Hargreaves v HMRC: Upper Tribunal upholds validity of £84 million discovery assessment
In Hargreaves v HMRC, the Upper Tribunal has found that a discovery assessment issued to John Hargreaves, founder of Matalan plc, was valid. He was assessed to £84 million of tax, including £80 million of capital gains tax on his disposal of shares in Matalan during the 2000/01 tax year. Akash Nawbatt QC, Christopher Stone and Marianne Tutin represented HMRC.

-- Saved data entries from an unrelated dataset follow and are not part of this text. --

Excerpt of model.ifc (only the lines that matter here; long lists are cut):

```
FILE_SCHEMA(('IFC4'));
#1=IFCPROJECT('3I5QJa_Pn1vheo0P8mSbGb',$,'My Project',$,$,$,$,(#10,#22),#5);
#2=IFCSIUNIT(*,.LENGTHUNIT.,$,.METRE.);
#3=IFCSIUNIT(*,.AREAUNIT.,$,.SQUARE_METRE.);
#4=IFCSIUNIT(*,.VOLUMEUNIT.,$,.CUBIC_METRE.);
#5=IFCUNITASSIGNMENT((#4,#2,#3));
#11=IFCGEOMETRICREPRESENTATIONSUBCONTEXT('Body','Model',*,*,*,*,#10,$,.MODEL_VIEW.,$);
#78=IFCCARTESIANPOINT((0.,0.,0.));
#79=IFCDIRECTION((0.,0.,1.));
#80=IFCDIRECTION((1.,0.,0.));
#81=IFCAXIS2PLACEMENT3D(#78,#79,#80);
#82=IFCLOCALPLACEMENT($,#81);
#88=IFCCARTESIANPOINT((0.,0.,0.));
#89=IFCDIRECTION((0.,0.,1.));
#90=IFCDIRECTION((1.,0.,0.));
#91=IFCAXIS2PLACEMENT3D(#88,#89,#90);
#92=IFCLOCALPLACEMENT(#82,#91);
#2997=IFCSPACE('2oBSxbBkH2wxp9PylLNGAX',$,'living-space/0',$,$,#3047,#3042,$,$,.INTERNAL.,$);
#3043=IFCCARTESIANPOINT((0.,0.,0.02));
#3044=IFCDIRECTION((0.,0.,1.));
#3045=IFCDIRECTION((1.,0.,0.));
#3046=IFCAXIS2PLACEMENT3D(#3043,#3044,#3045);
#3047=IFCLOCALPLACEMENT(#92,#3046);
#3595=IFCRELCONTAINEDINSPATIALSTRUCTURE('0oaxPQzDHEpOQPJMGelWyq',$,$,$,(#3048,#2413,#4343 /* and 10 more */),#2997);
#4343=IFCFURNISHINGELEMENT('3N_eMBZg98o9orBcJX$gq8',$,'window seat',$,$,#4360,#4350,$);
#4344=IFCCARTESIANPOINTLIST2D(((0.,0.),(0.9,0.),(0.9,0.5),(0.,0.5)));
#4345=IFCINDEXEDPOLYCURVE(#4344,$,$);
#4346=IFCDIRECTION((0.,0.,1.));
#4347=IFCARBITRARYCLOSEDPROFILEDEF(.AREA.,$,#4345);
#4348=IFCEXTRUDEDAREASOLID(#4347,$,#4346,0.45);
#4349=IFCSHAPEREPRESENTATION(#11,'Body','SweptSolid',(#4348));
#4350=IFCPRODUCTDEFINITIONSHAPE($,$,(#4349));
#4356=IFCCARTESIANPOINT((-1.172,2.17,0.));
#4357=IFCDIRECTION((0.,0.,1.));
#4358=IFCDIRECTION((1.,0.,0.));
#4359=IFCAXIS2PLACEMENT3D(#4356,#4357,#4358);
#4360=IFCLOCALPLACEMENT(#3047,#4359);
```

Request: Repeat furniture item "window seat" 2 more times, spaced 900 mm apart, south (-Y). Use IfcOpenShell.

```python
import numpy as np
import ifcopenshell
import ifcopenshell.api.geometry
import ifcopenshell.api.root
import ifcopenshell.util.element
import ifcopenshell.util.placement
import ifcopenshell.util.unit

model = ifcopenshell.open("model.ifc")
unit_scale = ifcopenshell.util.unit.calculate_unit_scale(model)

source = model.by_id(4343)
base = ifcopenshell.util.placement.get_local_placement(source.ObjectPlacement)
step = np.array([0.0, -1.0, 0.0]) * 0.9 / unit_scale

for i in range(1, 3):
    copy = ifcopenshell.api.root.copy_class(model, product=source)
    copy.Representation = ifcopenshell.util.element.copy_deep(
        model, source.Representation, exclude=["IfcGeometricRepresentationContext", "IfcRepresentationMap"]
    )
    matrix = base.copy()
    matrix[:3, 3] += i * step
    print("added at", matrix[:3, 3].round(3) + 0.0)
    ifcopenshell.api.geometry.edit_object_placement(model, product=copy, matrix=matrix, is_si=False)

model.write("model_rev.ifc")
```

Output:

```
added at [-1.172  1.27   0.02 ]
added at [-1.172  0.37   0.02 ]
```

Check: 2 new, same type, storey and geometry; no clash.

Mr Hargreaves had claimed to be non-resident in the UK in 2000/01 with the consequence that he was not liable to capital gains tax or income tax on foreign income. He conceded shortly before the hearing in the First-tier Tribunal (Tax Chamber) (“FTT”) that he was resident in the UK in that year, but challenged the validity of the discovery assessment that charged him to tax. Mr Hargreaves successfully argued in the FTT that the assessment was ‘stale’. However, following the Supreme Court’s judgment in Tooth v HMRC  UKSC 17, he accepted that that conclusion could not stand.

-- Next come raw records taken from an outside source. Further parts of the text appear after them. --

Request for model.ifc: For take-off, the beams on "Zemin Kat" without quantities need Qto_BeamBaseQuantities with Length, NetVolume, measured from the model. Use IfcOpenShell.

First a look at what the model holds.

```python
import ifcopenshell
import ifcopenshell.util.element
import ifcopenshell.util.unit

model = ifcopenshell.open("model.ifc")
print(model.schema)
for unit_type in ("LENGTHUNIT", "AREAUNIT", "VOLUMEUNIT"):
    print(unit_type, ifcopenshell.util.unit.calculate_unit_scale(model, unit_type))
storey = next(s for s in model.by_type("IfcBuildingStorey") if s.Name == "Zemin Kat")
beams = [e for e in ifcopenshell.util.element.get_decomposition(storey) if e.is_a("IfcBeam")]
for e in sorted(beams, key=lambda e: e.id()):
    print(e.id(), e.is_a(), e.Name, list(ifcopenshell.util.element.get_psets(e, qtos_only=True)), sep=" | ")
```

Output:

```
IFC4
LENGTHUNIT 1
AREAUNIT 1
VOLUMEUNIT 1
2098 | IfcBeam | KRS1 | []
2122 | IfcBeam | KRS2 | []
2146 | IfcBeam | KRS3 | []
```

```python
import ifcopenshell
import ifcopenshell.api.pset
import ifcopenshell.geom
import ifcopenshell.util.element
import ifcopenshell.util.shape
import ifcopenshell.util.unit

model = ifcopenshell.open("model.ifc")
unit_scale = ifcopenshell.util.unit.calculate_unit_scale(model)
volume_scale = ifcopenshell.util.unit.calculate_unit_scale(model, "VOLUMEUNIT")
settings = ifcopenshell.geom.settings()

storey = next(s for s in model.by_type("IfcBuildingStorey") if s.Name == "Zemin Kat")
beams = [e for e in ifcopenshell.util.element.get_decomposition(storey) if e.is_a("IfcBeam")]

for e in sorted(beams, key=lambda e: e.id()):
    if ifcopenshell.util.element.get_psets(e, qtos_only=True, should_inherit=False):
        continue
    # Geometry comes back in metres, in the element's own axes.
    shape = ifcopenshell.geom.create_shape(settings, e)
    values = {
        "Length": ifcopenshell.util.shape.get_max_xyz(shape.geometry) / unit_scale,
        "NetVolume": ifcopenshell.util.shape.get_volume(shape.geometry) / volume_scale,
    }
    qto = ifcopenshell.api.pset.add_qto(model, product=e, name="Qto_BeamBaseQuantities")
    ifcopenshell.api.pset.edit_qto(model, qto=qto, properties=values)
    print(e.id(), {k: round(v, 3) for k, v in values.items()})

model.write("model_v2.ifc")
```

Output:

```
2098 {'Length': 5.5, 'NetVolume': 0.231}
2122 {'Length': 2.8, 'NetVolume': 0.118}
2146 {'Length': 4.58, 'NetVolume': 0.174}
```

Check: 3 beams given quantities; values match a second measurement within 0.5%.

The Upper Tribunal was therefore concerned with the FTT’s alternative conclusions that if the assessment was not stale, the other conditions for issuing a discovery assessment (contained in ss.29(2) and (3) of the Taxes Management Act 1970 (“TMA”)) were satisfied. The UT upheld the FTT’s conclusion that: 1) an officer of HMRC could not have been reasonably expected to be aware of the loss of tax, thereby satisfying the condition in s.29(3) TMA; and 2) the tax return was not made in accordance with the practice generally prevailing at the time, which would have been a bar to an assessment being made under s.29(2) TMA. The Upper Tribunal’s Decision considers the correct construction and application of both s.29(2) and (5).